Not only does the luxury segment benefit from higher customer loyalty, but its economics are also more attractive: AccorHotels revenue per available room (RevPAR) in luxury was almost twice as much as for midscale and close to three times as much as for economy during the first 9 months of 2017. Excluding acquisitions and divestments, AccorHotels luxury brands saw the highest growth of all 3 segments in RevPAR, at 5.1% over the period.
Beyond growing in the traditional luxury hospitality segment, the French hotelier has made a significant push into the luxury rentals market acquiring UK-based onefinestay and US-based Travel Keys after taking a minority stake in Oasis and Squarebreak of which it purchased the remaining shares in 2017. Earlier this year, AccorHotels divested its stake in Oasis, according to reports.
London-based onefinestay was acquired in 2016 for £117M ($170M) with the promise to inject an additional £50M ($70M) over the next few years to further scale the company. The startup had raised over $80M since it was founded in 2010, from investors such as Index Ventures, Canaan Partners as well as AccorHotels’ rival Hyatt, among others.

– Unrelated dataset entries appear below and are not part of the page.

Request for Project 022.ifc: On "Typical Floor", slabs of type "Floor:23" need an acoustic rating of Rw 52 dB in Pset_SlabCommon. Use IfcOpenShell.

First a look at what the model holds.

```python
import ifcopenshell
import ifcopenshell.util.element

model = ifcopenshell.open("Project 022.ifc")
print(model.schema)
storey = next(s for s in model.by_type("IfcBuildingStorey") if s.Name == "Typical Floor")
slabs = [e for e in ifcopenshell.util.element.get_decomposition(storey) if e.is_a("IfcSlab")]
seen = {}
for e in slabs:
    element_type = ifcopenshell.util.element.get_type(e)
    key = (element_type.Name if element_type != e and element_type else None, ifcopenshell.util.element.get_pset(e, "Pset_SlabCommon", "AcousticRating"))
    seen[key] = seen.get(key, 0) + 1
for (name, value), count in sorted(seen.items(), key=str):
    print(count, "x", name, "|", value)
```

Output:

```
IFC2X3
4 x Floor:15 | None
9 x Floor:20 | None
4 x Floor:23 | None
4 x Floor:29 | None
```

```python
import ifcopenshell
import ifcopenshell.api.pset
import ifcopenshell.util.element

model = ifcopenshell.open("Project 022.ifc")

storey = next(s for s in model.by_type("IfcBuildingStorey") if s.Name == "Typical Floor")
slabs = [e for e in ifcopenshell.util.element.get_decomposition(storey) if e.is_a("IfcSlab")]

count = 0
for e in slabs:
    element_type = ifcopenshell.util.element.get_type(e)
    if element_type in (None, e) or element_type.Name != "Floor:23":
        continue
    # add_pset returns the element's existing set when there is one.
    pset = ifcopenshell.api.pset.add_pset(model, product=e, name="Pset_SlabCommon")
    ifcopenshell.api.pset.edit_pset(model, pset=pset, properties={"AcousticRating": "Rw 52 dB"})
    count += 1

print(count, "slabs updated")

model.write("Project 022-out.ifc")
```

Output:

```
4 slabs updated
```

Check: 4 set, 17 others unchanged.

Following AccorHotels’ push into the luxury segment of the sharing economy Airbnb acquired Canadian luxury rentals startup Luxury Retreats in Q1’17 for $200M, confirming the attractiveness of the luxury vacation rentals market where higher-priced listings lead to greater profit margins.
AccorHotels has built a significant position in the luxury segment of the home-sharing market, before Airbnb even entered it. Although it remains to be seen if AccorHotels will benefit from a first mover advantage, it now has a stake in Airbnb’s turf, while few other traditional hospitality players have home-sharing brands under their umbrella.
In July this year, AccorHotels announced the grouping of Travel Keys, Squarebreak, and onefinestay under the onefinestay umbrella, creating one of the largest luxury private rental markets with over 10K properties worldwide. Airbnb has recently been rumored to be in talks with Wyndham over Wyndham’s European vacation rental business in order to further expand into the luxury segment as well.
As you can see in the chart, AccorHotels’ luxury rentals business beats other startups in the space and Luxury Retreats, Airbnb’s new brand, in terms of total listings.
AccorHotels continued its luxury acquisition spree by buying VeryChic (acq. Q2’17), a bootstrapped Paris-based booking platform for handpicked luxury hotels and holiday packages claiming 5M members.
Beyond acquiring other luxury booking and home-share startups, AccorHotels also purchased concierge platform John Paul in Q4’16. The platform offers luxury concierge services to select clients. If opened up to all AccorHotels’ luxury travelers, John Paul could help drive customer loyalty and create another retention incentive.
HOTEL-AS-A-PLATFORM: ACCORHOTELS FOR EVERYONE
During an analyst call at the beginning of the year, CEO Sébastien Bazin confirmed that he would keep pursuing a diversification strategy that we broadly refer to as the hotel-as-a-platform approach: AccorHotels before stay, during stay, and after stay, for guests and non-guests alike.